## What you should do:
Reproduce exactly the lines below from the one containing "#64=IFCINDEXEDPOLYGONALFACE((1,2,4,3,5,6,8,7));" through the one containing "#73=IFCINDEXEDPOLYGONALFACE((9,15,16,14,13,11,12,10));", including both, and nothing else.

Data extracts Start Marker

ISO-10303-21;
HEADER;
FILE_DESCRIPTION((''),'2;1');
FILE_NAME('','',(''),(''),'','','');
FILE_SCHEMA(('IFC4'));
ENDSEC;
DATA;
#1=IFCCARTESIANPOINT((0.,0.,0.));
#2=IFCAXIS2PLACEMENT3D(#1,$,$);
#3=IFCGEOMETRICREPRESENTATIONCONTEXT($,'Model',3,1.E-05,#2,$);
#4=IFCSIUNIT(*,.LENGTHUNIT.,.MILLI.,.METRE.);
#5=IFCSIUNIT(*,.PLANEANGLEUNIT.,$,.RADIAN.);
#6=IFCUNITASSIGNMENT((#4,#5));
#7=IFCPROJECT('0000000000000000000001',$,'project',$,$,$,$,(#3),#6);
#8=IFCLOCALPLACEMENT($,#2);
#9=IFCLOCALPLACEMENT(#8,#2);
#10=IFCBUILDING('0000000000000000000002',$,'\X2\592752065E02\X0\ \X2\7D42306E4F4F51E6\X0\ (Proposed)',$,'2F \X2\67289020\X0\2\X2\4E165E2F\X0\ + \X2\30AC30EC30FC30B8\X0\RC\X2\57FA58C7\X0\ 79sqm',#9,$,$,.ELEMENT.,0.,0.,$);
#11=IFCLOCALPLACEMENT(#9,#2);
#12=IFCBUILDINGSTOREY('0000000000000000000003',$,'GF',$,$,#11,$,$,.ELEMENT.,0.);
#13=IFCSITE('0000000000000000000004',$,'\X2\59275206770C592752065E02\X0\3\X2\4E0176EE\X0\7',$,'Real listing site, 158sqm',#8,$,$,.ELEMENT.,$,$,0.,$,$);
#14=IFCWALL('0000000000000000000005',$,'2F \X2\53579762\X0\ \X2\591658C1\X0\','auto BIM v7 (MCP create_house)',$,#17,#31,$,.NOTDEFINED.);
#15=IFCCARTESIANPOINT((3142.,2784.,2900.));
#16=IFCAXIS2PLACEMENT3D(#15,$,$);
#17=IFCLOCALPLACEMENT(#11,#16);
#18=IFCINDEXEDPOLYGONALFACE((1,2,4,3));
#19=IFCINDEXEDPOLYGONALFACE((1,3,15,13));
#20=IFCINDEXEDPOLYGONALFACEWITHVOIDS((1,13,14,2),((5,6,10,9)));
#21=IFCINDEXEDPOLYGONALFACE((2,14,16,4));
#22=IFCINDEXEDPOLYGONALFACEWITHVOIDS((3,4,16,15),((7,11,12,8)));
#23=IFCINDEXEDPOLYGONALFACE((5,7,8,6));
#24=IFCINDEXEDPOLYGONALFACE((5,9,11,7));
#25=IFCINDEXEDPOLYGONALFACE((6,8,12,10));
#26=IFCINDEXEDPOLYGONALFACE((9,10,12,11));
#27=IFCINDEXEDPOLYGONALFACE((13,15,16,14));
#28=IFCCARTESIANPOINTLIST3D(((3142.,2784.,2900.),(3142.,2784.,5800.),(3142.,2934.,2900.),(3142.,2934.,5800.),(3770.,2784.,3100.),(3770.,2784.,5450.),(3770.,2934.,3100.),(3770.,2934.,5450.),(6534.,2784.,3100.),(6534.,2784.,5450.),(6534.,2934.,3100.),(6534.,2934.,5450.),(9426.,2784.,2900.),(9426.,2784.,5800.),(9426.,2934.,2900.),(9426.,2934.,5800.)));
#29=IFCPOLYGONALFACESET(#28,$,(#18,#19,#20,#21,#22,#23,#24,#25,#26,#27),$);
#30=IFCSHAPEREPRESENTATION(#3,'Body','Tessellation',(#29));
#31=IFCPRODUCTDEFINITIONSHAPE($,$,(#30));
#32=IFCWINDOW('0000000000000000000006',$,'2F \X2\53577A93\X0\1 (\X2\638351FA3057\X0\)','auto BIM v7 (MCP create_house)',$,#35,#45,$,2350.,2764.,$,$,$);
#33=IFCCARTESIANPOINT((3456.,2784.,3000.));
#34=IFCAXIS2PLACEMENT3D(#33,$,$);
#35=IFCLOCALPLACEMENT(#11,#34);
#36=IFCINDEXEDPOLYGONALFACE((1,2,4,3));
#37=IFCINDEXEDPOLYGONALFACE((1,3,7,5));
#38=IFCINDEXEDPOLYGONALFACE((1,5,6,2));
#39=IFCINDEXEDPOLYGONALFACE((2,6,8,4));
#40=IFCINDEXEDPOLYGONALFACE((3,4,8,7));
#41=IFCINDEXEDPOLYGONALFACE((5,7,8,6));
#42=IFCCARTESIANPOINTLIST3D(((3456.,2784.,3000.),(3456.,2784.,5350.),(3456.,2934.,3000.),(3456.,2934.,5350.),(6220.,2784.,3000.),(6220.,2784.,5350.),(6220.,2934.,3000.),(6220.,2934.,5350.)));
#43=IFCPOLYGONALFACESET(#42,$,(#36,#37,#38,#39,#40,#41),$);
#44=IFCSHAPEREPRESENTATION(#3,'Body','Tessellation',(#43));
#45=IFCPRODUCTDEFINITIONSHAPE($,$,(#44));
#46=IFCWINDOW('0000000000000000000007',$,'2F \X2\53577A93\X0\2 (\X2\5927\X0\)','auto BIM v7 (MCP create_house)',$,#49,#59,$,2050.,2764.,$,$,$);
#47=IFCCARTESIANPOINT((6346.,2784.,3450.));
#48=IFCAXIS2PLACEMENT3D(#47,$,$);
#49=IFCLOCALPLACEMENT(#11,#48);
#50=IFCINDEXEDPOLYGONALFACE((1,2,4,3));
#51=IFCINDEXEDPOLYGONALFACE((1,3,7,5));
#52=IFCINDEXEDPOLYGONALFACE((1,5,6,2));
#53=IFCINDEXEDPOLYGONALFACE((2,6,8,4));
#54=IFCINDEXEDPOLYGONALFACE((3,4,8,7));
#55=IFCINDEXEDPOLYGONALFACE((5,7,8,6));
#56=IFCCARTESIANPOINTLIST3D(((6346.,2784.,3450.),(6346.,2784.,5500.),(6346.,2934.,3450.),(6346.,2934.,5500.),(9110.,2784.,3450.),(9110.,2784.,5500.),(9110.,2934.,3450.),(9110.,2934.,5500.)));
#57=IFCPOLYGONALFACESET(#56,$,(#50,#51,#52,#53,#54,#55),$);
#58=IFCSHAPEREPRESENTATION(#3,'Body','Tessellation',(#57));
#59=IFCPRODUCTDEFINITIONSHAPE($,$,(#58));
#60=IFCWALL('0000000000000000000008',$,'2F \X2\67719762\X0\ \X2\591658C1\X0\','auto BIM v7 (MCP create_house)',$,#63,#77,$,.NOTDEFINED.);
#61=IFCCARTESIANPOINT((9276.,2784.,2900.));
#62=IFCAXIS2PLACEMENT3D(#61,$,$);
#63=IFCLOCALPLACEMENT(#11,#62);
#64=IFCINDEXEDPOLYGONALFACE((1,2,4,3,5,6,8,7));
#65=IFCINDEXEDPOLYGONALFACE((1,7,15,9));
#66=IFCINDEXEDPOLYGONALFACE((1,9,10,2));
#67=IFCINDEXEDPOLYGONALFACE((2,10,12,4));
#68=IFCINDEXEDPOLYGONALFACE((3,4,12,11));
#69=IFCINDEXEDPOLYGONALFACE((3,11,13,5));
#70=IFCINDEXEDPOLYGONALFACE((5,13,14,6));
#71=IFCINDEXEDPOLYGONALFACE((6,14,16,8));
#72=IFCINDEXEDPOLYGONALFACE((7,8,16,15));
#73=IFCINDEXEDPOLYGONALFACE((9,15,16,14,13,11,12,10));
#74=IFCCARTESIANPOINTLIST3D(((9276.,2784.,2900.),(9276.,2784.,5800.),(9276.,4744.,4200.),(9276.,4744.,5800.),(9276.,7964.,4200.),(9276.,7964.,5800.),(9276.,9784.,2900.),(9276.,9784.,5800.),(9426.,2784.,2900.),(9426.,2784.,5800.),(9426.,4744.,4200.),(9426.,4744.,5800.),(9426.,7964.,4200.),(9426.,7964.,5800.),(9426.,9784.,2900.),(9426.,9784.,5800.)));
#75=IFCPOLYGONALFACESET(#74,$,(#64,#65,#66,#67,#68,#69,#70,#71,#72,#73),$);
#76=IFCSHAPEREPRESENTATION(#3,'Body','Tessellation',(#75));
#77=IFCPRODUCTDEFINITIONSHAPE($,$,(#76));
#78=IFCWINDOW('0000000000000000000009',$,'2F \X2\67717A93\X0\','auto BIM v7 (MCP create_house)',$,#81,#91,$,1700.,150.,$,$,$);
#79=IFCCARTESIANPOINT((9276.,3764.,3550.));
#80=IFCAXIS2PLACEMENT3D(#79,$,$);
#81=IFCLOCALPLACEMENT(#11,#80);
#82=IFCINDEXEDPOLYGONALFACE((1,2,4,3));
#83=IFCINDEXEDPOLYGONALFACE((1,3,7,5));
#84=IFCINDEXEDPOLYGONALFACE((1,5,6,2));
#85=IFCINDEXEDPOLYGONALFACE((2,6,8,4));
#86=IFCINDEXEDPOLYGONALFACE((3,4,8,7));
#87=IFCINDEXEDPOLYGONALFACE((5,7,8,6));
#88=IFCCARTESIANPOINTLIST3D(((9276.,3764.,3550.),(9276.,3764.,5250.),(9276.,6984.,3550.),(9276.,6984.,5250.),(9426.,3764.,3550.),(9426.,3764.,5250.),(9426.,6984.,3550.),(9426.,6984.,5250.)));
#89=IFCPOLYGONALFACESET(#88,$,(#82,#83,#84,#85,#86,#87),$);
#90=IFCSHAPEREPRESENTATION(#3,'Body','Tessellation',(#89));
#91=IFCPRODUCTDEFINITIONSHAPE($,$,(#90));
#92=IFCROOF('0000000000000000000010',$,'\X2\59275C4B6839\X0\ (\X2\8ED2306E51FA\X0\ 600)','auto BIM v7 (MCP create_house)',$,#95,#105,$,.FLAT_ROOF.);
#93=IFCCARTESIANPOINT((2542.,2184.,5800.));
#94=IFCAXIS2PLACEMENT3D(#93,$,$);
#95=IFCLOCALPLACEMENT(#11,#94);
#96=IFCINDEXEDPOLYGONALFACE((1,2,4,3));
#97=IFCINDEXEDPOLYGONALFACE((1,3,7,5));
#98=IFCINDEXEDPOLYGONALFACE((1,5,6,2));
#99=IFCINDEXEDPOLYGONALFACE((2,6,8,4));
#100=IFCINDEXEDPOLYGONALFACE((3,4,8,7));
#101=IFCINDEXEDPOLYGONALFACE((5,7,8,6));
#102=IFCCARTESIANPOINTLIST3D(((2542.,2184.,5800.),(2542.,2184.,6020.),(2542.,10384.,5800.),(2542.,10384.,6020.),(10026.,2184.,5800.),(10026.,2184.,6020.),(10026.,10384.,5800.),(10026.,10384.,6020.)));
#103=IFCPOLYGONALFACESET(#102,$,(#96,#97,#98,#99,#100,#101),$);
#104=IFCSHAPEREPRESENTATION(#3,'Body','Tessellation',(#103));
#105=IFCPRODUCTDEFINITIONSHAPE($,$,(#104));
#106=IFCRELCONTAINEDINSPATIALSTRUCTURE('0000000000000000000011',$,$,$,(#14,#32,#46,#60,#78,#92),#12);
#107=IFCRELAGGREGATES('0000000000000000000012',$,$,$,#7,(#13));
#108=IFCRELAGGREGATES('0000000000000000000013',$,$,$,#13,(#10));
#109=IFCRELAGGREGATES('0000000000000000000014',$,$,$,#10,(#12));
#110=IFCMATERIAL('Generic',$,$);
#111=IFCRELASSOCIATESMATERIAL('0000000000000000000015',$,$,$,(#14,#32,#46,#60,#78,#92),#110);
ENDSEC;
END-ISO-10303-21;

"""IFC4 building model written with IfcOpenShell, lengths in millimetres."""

from ifc_helpers import new_model, si_unit, frame, frame_2d, origin, place, context, project, spatial, rectangle, extrude, material, element, fill, save


model = new_model("IFC4")

# Units and contexts
model_context = context("Model", 3, precision=1e-05, world=origin())
ifc_project = project(units=[si_unit("LENGTHUNIT", "METRE", prefix="MILLI"), si_unit("PLANEANGLEUNIT", "RADIAN")], contexts=[model_context])

# Site, building, storey
site_placement = place(None, origin())
site = spatial("IfcSite", under=ifc_project, at=site_placement, Name="大分県大分市3丁目7", ObjectType="Real listing site, 158sqm", CompositionType="ELEMENT", RefElevation=0.0)
building_placement = place(site_placement, origin())
building = spatial("IfcBuilding", under=site, at=building_placement, Name="大分市 終の住処 (Proposed)", ObjectType="2F 木造2世帯 + ガレージRC基壇 79sqm", CompositionType="ELEMENT", ElevationOfRefHeight=0.0, ElevationOfTerrain=0.0)
storey_placement = place(building_placement, origin())
storey = spatial("IfcBuildingStorey", under=building, at=storey_placement, Name="GF", CompositionType="ELEMENT", Elevation=0.0)

# Shared definitions
ifc_material = material(Name="Generic")

# Wall, openings, windows
wall_1_placement = place(storey_placement, frame((3142.0, 2784.0, 2900.0)))
wall_1 = element("IfcWall", 1, at=wall_1_placement, inside=storey, material=ifc_material, Name="2F 南面 外壁", Description="auto BIM v7 (MCP create_house)", PredefinedType="NOTDEFINED", context=model_context, shape_type="SweptSolid", body=[
    extrude(rectangle(XDim=6284.0, YDim=150.0, at=frame_2d((3142.0, 75.0))), frame((3142.0, 2784.0, 2900.0)), (0.0, 0.0, 1.0), 2900.0),
])
opening_1_placement = place(storey_placement, frame((3456.0, 2784.0, 3000.0)))
opening_1 = element("IfcOpeningElement", 2, at=opening_1_placement, cuts=wall_1, PredefinedType="NOTDEFINED", context=model_context, shape_type="SweptSolid", body=[
    extrude(rectangle(XDim=2764.0, YDim=150.0, at=frame_2d((1382.0, 75.0))), frame((3456.0, 2784.0, 3000.0)), (0.0, 0.0, 1.0), 2350.0),
])
opening_2_placement = place(storey_placement, frame((6346.0, 2784.0, 3450.0)))
opening_2 = element("IfcOpeningElement", 3, at=opening_2_placement, cuts=wall_1, PredefinedType="NOTDEFINED", context=model_context, shape_type="SweptSolid", body=[
    extrude(rectangle(XDim=2764.0, YDim=150.0, at=frame_2d((1382.0, 75.0))), frame((6346.0, 2784.0, 3450.0)), (0.0, 0.0, 1.0), 2050.0),
])
window_1_placement = place(storey_placement, frame((3456.0, 2784.0, 3000.0)))
window_1 = element("IfcWindow", 4, at=window_1_placement, inside=storey, material=ifc_material, Name="2F 南窓1 (掃出し)", Description="auto BIM v7 (MCP create_house)", OverallHeight=2350.0, OverallWidth=2764.0, context=model_context, shape_type="SweptSolid", body=[
    extrude(rectangle(XDim=2764.0, YDim=150.0, at=frame_2d((1382.0, 75.0))), frame((3456.0, 2784.0, 3000.0)), (0.0, 0.0, 1.0), 2350.0),
])
fill(opening_1, window_1)
window_2_placement = place(storey_placement, frame((6346.0, 2784.0, 3450.0)))
window_2 = element("IfcWindow", 5, at=window_2_placement, inside=storey, material=ifc_material, Name="2F 南窓2 (大)", Description="auto BIM v7 (MCP create_house)", OverallHeight=2050.0, OverallWidth=2764.0, context=model_context, shape_type="SweptSolid", body=[
    extrude(rectangle(XDim=2764.0, YDim=150.0, at=frame_2d((1382.0, 75.0))), frame((6346.0, 2784.0, 3450.0)), (0.0, 0.0, 1.0), 2050.0),
])
fill(opening_2, window_2)

# Wall, opening, window
wall_2_placement = place(storey_placement, frame((9276.0, 2784.0, 2900.0)))
wall_2 = element("IfcWall", 6, at=wall_2_placement, inside=storey, material=ifc_material, Name="2F 東面 外壁", Description="auto BIM v7 (MCP create_house)", PredefinedType="NOTDEFINED", context=model_context, shape_type="SweptSolid", body=[
    extrude(rectangle(XDim=150.0, YDim=7000.0, at=frame_2d((75.0, 3500.0))), frame((9276.0, 2784.0, 2900.0)), (0.0, 0.0, 1.0), 2900.0),
])
opening_3_placement = place(storey_placement, frame((9276.0, 3764.0, 3550.0)))
opening_3 = element("IfcOpeningElement", 7, at=opening_3_placement, cuts=wall_2, PredefinedType="NOTDEFINED", context=model_context, shape_type="SweptSolid", body=[
    extrude(rectangle(XDim=150.0, YDim=3220.0, at=frame_2d((75.0, 1610.0))), frame((9276.0, 3764.0, 3550.0)), (0.0, 0.0, 1.0), 1700.0),
])
window_3_placement = place(storey_placement, frame((9276.0, 3764.0, 3550.0)))
window_3 = element("IfcWindow", 8, at=window_3_placement, inside=storey, material=ifc_material, Name="2F 東窓", Description="auto BIM v7 (MCP create_house)", OverallHeight=1700.0, OverallWidth=150.0, context=model_context, shape_type="SweptSolid", body=[
    extrude(rectangle(XDim=150.0, YDim=3220.0, at=frame_2d((75.0, 1610.0))), frame((9276.0, 3764.0, 3550.0)), (0.0, 0.0, 1.0), 1700.0),
])
fill(opening_3, window_3)

# Roof
roof_placement = place(storey_placement, frame((2542.0, 2184.0, 5800.0)))
element("IfcRoof", 9, at=roof_placement, inside=storey, material=ifc_material, Name="大屋根 (軒の出 600)", Description="auto BIM v7 (MCP create_house)", PredefinedType="FLAT_ROOF", context=model_context, shape_type="SweptSolid", body=[
    extrude(rectangle(XDim=7484.0, YDim=8200.0, at=frame_2d((3742.0, 4100.0))), frame((2542.0, 2184.0, 5800.0)), (0.0, 0.0, 1.0), 220.0),
])

save(model, "model.ifc")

Data extracts End Marker

## Answer space:
#64=IFCINDEXEDPOLYGONALFACE((1,2,4,3,5,6,8,7));
#65=IFCINDEXEDPOLYGONALFACE((1,7,15,9));
#66=IFCINDEXEDPOLYGONALFACE((1,9,10,2));
#67=IFCINDEXEDPOLYGONALFACE((2,10,12,4));
#68=IFCINDEXEDPOLYGONALFACE((3,4,12,11));
#69=IFCINDEXEDPOLYGONALFACE((3,11,13,5));
#70=IFCINDEXEDPOLYGONALFACE((5,13,14,6));
#71=IFCINDEXEDPOLYGONALFACE((6,14,16,8));
#72=IFCINDEXEDPOLYGONALFACE((7,8,16,15));
#73=IFCINDEXEDPOLYGONALFACE((9,15,16,14,13,11,12,10));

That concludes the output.